I succumbed to my addiction. 😢 I ordered some herbal cigarettes, and had been waiting for them, but as of this writing – they still have not come. It’s been weeks waiting for these to come in the mail. 😡 I bought the cheapest pack of cigs and lit one up. I smoked 2 drags and put it out. Too strong. I about barfed. But my brain had had its taste.
It’s now five days before my 53rd birthday, and I’m smoking again. I am smoking about 3-5 cigarettes a day, but I bought a different pack. I bought cigarettes with a lot less nicotine in them than the first pack I bought, 0.2mg compared to 1mg.

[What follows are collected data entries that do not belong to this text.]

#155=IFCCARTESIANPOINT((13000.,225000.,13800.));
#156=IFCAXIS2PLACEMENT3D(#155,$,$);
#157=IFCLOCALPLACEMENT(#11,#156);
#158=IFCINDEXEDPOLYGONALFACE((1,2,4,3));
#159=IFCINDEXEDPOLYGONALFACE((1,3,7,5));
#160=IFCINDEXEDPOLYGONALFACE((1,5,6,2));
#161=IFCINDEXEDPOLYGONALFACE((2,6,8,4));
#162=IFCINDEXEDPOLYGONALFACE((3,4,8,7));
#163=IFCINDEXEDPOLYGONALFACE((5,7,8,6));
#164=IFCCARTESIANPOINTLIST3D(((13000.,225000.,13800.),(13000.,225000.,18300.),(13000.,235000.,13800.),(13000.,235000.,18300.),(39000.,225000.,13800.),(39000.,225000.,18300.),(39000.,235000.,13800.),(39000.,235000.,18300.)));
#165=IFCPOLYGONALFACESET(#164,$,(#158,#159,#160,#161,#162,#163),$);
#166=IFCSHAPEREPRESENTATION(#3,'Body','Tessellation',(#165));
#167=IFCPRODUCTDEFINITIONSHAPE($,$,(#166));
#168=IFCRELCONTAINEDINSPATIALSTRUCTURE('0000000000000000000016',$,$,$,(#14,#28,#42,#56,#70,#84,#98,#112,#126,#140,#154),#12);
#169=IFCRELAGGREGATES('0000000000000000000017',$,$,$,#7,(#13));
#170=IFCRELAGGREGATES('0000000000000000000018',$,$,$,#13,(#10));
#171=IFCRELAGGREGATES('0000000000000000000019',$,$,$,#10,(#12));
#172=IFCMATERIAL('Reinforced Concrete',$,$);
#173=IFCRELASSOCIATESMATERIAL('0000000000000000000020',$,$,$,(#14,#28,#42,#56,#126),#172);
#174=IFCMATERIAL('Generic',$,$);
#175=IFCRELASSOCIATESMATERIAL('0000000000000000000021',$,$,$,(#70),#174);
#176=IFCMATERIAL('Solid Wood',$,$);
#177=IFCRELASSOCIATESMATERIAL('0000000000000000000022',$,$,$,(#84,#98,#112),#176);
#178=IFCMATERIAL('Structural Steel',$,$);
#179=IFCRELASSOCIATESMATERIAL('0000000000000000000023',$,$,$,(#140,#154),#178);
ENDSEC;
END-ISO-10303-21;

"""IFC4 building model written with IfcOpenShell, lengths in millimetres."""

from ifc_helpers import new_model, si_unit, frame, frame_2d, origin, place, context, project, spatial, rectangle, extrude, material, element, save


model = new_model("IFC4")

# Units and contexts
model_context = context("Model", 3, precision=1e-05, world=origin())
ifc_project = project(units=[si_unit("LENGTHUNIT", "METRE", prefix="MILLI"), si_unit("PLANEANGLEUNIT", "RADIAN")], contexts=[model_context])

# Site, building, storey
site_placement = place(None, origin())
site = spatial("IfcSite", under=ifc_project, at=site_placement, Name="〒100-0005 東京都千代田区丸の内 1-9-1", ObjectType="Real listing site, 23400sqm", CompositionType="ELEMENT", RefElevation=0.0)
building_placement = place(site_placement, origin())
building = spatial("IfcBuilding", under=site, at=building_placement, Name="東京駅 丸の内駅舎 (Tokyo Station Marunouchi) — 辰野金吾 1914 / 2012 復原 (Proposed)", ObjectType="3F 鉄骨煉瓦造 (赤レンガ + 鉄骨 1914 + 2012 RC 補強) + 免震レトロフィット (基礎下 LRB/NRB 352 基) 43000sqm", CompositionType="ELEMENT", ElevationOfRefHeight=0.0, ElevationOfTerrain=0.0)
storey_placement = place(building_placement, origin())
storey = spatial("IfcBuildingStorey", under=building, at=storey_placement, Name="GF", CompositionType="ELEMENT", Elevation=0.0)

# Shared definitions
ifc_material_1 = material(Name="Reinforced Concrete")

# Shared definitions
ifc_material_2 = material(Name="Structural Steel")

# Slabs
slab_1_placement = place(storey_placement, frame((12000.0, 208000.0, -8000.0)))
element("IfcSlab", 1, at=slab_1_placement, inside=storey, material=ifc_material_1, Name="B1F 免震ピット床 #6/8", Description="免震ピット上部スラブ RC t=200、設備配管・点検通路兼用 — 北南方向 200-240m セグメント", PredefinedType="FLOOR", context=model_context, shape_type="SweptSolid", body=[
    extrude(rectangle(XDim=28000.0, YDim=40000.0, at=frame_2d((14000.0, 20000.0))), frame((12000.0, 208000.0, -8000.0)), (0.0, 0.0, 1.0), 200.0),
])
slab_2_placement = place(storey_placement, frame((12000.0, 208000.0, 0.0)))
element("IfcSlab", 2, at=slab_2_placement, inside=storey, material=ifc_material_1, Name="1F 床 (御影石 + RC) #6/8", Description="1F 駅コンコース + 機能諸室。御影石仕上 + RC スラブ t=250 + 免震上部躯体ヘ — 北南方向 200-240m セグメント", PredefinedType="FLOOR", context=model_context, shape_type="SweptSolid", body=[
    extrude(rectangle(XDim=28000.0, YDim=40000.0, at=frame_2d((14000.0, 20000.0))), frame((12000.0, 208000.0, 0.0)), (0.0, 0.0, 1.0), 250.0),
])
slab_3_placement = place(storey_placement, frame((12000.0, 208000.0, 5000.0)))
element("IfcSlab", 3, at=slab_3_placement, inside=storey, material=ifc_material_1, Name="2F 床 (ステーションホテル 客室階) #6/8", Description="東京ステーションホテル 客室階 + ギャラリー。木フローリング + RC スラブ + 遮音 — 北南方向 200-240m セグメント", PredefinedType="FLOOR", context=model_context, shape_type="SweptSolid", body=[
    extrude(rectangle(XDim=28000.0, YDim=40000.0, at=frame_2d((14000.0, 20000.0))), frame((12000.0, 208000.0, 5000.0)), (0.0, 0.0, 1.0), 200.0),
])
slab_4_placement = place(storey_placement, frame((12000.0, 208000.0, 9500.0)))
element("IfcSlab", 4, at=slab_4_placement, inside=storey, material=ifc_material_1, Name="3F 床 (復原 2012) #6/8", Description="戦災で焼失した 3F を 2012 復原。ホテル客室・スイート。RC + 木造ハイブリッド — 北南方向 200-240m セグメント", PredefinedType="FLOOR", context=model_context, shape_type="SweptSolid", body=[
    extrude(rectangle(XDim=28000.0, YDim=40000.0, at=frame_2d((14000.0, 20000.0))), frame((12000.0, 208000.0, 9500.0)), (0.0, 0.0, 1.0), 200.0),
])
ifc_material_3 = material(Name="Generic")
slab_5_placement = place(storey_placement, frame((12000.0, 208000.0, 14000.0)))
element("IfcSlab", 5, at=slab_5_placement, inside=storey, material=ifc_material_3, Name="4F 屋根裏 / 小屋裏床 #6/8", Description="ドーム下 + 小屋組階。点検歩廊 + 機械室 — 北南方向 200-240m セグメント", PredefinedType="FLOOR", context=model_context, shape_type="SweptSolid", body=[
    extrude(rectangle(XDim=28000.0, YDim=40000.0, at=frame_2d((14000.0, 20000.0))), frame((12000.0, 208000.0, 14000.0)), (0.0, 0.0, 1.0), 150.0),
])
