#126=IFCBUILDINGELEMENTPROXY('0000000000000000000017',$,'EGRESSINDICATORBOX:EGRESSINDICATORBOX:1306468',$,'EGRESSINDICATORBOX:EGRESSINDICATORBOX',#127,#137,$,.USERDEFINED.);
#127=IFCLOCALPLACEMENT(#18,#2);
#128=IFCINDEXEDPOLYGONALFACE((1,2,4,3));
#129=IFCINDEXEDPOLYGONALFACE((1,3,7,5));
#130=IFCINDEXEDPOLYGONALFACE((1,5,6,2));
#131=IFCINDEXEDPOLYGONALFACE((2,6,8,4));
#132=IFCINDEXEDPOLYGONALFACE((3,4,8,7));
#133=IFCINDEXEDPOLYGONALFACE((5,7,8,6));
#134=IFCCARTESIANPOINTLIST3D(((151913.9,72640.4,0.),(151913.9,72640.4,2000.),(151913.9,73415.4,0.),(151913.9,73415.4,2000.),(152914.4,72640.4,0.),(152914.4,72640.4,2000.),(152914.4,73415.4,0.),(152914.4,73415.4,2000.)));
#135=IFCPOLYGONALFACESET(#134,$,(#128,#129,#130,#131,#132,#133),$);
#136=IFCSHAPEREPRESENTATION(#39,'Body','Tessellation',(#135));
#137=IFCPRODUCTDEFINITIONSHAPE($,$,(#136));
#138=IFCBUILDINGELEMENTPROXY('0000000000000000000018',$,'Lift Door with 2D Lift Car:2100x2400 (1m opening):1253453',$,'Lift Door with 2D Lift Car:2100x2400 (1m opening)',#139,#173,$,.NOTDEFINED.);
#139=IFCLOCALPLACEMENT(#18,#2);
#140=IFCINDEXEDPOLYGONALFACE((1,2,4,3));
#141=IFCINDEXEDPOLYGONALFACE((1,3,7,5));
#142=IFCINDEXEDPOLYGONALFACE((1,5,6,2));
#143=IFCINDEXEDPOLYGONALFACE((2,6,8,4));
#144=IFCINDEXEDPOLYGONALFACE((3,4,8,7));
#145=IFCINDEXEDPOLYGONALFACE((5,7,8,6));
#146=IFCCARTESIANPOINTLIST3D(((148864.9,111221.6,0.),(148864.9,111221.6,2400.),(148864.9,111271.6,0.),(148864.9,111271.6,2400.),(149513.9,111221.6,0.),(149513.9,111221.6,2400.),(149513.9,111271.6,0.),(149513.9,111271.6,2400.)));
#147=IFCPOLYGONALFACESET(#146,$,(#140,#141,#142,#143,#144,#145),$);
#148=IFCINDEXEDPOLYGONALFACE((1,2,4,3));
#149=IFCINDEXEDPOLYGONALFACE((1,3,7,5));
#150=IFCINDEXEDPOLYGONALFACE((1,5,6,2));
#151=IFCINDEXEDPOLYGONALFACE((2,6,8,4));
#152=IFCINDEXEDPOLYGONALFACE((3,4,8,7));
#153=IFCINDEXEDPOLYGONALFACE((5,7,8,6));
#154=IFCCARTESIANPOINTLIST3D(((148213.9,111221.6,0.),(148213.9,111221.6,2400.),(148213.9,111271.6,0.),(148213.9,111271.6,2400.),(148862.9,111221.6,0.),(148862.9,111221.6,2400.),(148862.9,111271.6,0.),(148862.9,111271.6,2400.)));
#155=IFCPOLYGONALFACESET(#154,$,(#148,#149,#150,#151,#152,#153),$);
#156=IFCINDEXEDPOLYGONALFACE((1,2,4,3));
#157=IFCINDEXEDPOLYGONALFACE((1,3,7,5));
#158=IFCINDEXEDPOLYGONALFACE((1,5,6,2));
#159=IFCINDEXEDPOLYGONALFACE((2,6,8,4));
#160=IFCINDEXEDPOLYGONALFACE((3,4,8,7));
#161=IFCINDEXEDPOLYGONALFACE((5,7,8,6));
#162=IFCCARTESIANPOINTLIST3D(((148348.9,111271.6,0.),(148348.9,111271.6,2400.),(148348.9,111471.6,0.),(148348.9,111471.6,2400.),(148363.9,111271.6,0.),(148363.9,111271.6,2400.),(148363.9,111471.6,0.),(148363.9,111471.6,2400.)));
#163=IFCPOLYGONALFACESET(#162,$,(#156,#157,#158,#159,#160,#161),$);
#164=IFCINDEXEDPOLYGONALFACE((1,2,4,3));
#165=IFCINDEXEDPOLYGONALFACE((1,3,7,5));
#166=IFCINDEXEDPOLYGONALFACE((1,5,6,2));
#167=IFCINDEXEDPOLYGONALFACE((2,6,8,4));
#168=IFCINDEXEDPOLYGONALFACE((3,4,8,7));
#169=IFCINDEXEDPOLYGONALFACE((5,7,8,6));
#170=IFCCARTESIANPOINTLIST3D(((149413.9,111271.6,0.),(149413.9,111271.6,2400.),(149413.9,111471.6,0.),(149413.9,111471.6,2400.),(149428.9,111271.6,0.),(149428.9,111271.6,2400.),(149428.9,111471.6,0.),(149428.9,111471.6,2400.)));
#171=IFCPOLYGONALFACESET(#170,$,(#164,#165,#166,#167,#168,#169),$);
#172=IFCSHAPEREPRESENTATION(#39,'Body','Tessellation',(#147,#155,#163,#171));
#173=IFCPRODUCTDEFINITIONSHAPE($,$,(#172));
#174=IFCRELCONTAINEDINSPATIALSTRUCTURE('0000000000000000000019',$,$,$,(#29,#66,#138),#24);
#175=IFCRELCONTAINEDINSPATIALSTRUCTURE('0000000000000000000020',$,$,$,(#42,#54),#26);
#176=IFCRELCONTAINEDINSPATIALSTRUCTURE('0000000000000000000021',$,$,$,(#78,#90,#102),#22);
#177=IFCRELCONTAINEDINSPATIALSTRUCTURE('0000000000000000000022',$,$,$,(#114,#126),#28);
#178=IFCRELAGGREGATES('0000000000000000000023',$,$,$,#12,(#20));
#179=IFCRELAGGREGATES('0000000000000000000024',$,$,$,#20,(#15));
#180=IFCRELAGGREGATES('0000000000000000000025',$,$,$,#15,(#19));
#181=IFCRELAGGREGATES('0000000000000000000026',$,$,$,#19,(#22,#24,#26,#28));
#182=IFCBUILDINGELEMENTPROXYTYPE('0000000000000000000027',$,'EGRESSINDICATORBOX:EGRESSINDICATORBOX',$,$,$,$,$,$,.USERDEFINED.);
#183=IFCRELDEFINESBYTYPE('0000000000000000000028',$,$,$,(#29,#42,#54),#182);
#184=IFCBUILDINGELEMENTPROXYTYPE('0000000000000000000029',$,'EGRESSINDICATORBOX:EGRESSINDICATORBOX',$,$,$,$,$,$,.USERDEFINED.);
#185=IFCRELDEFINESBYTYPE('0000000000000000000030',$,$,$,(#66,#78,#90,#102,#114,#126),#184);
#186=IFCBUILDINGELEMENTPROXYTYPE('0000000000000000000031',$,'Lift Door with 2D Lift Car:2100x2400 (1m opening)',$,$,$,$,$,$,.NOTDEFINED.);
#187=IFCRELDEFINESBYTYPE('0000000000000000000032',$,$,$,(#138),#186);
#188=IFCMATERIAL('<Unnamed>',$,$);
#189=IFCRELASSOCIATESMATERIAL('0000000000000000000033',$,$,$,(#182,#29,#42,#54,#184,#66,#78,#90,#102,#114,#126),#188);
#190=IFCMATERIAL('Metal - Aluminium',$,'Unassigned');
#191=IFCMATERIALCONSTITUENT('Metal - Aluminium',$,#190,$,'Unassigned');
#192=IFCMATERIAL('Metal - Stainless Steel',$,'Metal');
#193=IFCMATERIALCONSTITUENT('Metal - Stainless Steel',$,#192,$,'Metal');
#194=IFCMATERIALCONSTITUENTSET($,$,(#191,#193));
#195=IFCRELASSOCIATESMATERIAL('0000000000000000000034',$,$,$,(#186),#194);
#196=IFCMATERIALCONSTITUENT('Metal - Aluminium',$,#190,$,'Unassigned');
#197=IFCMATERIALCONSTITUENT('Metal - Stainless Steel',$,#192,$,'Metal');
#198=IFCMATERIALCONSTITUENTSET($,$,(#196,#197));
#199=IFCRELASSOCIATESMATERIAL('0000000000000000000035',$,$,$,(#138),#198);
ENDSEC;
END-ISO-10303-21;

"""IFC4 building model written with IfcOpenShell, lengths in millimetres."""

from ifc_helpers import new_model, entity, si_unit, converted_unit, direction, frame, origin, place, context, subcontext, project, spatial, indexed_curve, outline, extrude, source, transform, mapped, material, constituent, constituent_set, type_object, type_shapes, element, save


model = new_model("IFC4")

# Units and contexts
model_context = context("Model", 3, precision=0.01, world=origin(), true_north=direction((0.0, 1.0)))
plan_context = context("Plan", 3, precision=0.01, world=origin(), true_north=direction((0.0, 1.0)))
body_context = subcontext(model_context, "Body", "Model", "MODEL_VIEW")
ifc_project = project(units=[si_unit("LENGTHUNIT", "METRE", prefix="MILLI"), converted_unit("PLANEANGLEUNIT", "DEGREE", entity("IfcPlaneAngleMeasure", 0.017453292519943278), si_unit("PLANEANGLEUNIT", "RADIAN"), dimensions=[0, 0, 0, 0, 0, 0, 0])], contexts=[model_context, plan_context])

I did have some reasons of why I picked up this nasty habit again. Although I had quit smoking, I was eating more. I craved sugar. I gained almost 25 pounds. If I wasn’t heavy already, 25 pounds would not be that much. I couldn’t stop eating. Now, I’m eating less and exercising more because I need to walk 400 steps to smoke. I’ve increased my walking, and although it’s been less than a week, I’ve already lost a pound. One pound in five days, I’ll take it.
When I Quit Again
I’ll be ready with nicotine patches and herbal cigarettes in hand. I’ll buy some sunflower seeds and remember to keep on walking, exercising. I know come winter, I’ll be quitting again because it’ll be too cold to smoke.